The weeks between Thanksgiving and Christmas are magical and marvelous, busy and bustling. There are gifts to buy and wrap, stockings to hang, cookies to bake, and friends to see. There are Christmas classics to watch while we drink hot cocoa and admire our twinkling trees. Often Christmas Eve and Christmas mark an end to a season whose magic was in the anticipation—the beauty of waiting with great joy, because we know what’s coming, we know who is coming.
The word advent means “coming,” and the season of Advent marks four weeks of waiting for Christ to come. According to the United Methodist Church, Advent is “a season to prepare for the coming of Christ in various meanings: the promised coming of the Messiah to the Jews, the coming of Jesus being born in Bethlehem, the promised return of the risen Christ in final victory, and the continual coming of Christ into the lives and hearts of believers.” Once Christmas Eve arrives, the twelve days of Christmas begin. Christmas doesn’t end—the celebration is just getting started!
In light of this, it struck me as a bit odd that we do our celebrating before, in a space that is meant to be holy and slow, causing us to pause and hold our breath in anticipation. Am I trying to be a Grinch about holiday parties and all manner of festive activities? Nope! I love them, and I’ll keep attending and making merry. But deep in my soul I crave quiet, not Christmas music or cookies, in order to train my mind and my heart on the spirit of the season.
You see, at its core, Advent is a season of waiting, and so often we fill it to the brim with activities and good, fun things. Take the advent calendar, for example—we fill each day with an activity to get us into the Christmas spirit, but the true spirit of Christmas is one of waiting. On this side of history, we have the luxury of waiting with great hope, great joy, and great expectation: we know Jesus will be born, we know he will save us and redeem us, we know he will die and rise again, and we know he will set all things right one day.
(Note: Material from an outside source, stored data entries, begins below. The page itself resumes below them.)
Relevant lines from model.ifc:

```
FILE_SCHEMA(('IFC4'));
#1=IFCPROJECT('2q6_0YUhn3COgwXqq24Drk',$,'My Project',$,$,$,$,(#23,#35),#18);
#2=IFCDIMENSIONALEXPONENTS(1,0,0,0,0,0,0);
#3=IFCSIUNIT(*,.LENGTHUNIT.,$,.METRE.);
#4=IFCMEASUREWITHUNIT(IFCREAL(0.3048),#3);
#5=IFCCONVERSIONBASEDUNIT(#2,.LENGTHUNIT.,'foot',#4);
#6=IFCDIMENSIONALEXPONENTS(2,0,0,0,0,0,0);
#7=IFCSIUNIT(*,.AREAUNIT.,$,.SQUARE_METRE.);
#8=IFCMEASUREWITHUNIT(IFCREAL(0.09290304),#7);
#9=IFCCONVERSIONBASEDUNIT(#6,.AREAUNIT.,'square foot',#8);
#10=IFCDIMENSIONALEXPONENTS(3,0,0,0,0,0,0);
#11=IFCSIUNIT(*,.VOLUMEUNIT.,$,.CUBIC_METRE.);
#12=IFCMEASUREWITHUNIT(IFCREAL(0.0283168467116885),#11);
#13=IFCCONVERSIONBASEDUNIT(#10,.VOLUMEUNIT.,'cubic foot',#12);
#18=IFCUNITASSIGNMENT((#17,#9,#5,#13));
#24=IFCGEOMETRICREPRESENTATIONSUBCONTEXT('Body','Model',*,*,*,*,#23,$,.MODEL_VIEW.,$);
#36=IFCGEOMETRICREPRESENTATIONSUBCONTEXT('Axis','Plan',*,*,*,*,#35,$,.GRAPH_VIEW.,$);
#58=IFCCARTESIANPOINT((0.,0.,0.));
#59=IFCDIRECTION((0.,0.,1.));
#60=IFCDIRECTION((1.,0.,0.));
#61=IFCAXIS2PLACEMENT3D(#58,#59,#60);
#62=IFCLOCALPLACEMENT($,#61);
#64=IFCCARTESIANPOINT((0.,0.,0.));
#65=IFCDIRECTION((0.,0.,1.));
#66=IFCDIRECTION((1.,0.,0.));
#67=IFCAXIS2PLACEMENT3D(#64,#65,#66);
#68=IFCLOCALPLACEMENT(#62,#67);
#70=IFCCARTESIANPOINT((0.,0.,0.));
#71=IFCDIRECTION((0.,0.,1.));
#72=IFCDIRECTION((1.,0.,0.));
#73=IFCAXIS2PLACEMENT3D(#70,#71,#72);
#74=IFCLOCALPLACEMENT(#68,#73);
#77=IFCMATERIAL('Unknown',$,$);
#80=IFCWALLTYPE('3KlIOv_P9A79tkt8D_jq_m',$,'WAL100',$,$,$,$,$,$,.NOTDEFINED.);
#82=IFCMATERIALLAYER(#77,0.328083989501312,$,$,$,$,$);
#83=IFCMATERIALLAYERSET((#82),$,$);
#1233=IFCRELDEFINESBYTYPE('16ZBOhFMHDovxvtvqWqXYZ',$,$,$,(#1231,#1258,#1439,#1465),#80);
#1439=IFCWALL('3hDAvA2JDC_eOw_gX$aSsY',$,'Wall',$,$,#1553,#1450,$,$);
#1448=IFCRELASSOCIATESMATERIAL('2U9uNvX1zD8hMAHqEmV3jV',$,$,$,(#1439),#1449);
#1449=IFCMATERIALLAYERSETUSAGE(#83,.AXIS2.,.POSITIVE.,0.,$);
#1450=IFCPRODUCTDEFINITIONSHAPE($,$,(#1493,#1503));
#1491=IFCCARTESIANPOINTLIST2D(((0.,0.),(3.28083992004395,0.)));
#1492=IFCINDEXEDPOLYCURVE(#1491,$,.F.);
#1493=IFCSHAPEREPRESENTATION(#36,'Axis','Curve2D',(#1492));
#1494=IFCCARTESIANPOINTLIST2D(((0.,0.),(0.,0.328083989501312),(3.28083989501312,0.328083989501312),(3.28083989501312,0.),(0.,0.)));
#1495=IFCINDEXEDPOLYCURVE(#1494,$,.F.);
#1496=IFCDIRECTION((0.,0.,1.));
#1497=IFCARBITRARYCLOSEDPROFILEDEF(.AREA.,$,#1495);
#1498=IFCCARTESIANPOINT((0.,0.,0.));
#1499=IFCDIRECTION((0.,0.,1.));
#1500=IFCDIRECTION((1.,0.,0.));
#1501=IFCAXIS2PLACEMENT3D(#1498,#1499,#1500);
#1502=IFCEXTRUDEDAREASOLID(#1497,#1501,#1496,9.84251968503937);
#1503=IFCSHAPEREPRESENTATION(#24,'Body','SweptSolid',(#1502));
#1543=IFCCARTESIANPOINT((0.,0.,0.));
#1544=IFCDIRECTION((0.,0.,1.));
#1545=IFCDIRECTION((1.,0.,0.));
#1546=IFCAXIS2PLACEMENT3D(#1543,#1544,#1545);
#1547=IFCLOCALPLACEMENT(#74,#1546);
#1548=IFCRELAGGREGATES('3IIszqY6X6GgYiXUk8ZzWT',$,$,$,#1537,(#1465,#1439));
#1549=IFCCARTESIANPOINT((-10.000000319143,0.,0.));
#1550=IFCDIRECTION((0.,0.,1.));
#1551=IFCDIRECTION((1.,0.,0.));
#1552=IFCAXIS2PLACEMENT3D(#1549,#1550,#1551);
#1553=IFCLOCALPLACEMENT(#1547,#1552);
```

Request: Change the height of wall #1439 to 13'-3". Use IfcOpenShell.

```python
import ifcopenshell
import ifcopenshell.geom
import ifcopenshell.util.representation
import ifcopenshell.util.shape
import ifcopenshell.util.unit

model = ifcopenshell.open("model.ifc")
unit_scale = ifcopenshell.util.unit.calculate_unit_scale(model)
settings = ifcopenshell.geom.settings()


def volume(element):
    """Net volume in cubic metres, openings subtracted."""
    shape = ifcopenshell.geom.create_shape(settings, element)
    return ifcopenshell.util.shape.get_volume(shape.geometry)


wall = model.by_id(1439)
before = volume(wall)

body = ifcopenshell.util.representation.get_representation(wall, "Model", "Body")
solid = body.Items[0]
old_height = solid.Depth
solid.Depth = 159 * 0.0254 / unit_scale
after = volume(wall)

print(f"height {old_height:g} -> {solid.Depth:g}, volume {before:.3f} -> {after:.3f} m3")

model.write("model_edited.ifc")
```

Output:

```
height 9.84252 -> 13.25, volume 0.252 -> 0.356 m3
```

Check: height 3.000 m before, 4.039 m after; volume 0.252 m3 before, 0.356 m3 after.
But before Christ came, Advent was dark. It was lonely and unknown, as the Israelites waited in faith to hear from God, and all they heard was . . . nothing. Silence.
Isn’t this more characteristic of the waiting we usually do? The waiting seasons of our lives are less often marked by joy and hope and more often marked by pain and fear. They are not often cozy or comforting but difficult and dark and even laborious.
We wait as a pregnant mother waits for her child to be born—there’s a vision of the joy to come, to be sure, but in the throes of gut-wrenching labor pains, we think we might actually die before we see that joy fulfilled. We groan and writhe and wonder when the pain will end, just to be met with fresh wave after fresh wave, the pain intensifying at every turn, until we’re met with more mess and more rawness than we know what to do with. After a long season of pregnancy, when the fullness of time has arrived, the advent of labor ushers in the real period of waiting—and it is active and painful and raw.
I’ve been thinking a lot about this phrase, the fullness of time. We read it in Galatians 4:4-5:
When the fullness of time had come, God sent forth his son, born of a woman, born under the law, to redeem those who were under the law, so that we might receive adoption as sons.”
The fullness of time makes me think of that perfectly round, fit-to-burst pregnant belly. That mom is aching for sweet relief, for new life. How often I try to skip ahead in my own waiting—to end the wait at the halfness of time, or the three-quarterness of time—because that last bit of waiting . . . it is the most painful of all. We’ve been stretched all we can be stretched. We’ve been made to stand all we can stand. And then we’re called to wait some more.
Advent is that sacred space: the anticipation that comes in the space between pains, the catching our breath and readying our bodies and hearts and minds for what’s next. It is holy and hushed, sweetly relieving. It propels us forward in time toward the main event, to the wholeness and the healing, but in the fullness of time. Not by own our clocks or calendars but by the divine hand of the Lord.
So for this Advent, I find myself returning to some predictable habits to create in me those fresh waves of anticipation.
I’m setting my alarm a bit earlier, carving out sacred space in my favorite chair with my Bible and a journal.
I’m toning down the merry music and filling my ears with traditional hymns.
I’m closing my eyes and remembering the pain of labor, reminding myself of Mary’s sacrifice, of the world’s collective groaning, of the work it takes to wait well.
I’m sitting in the heartbreak of Advent, remembering that in order for our weary world to rejoice fully, we have to steep in the sadness. To appreciate the coming of the light, we have to endure the darkness.
I’m looking toward the birth of Christ with great anticipation, with great hope, and with a new appreciation for the fullness of God’s time.
And I’m reflecting on the pains our world is enduring as we wait for another advent, another coming of Christ. Bifrost Arts Music puts it this way:
In labor all creation groans till fear and hatred cease,
Till human hearts come to believe: in Christ alone is peace.”
This is what we’re waiting for, friends. We’re waiting for the calm after the coming, the peace after the pain. We’re waiting for fear and division and the pain of being broken open to subside and give way to unity, healing, and wholeness.
Let us wait well and with great expectation this Advent season.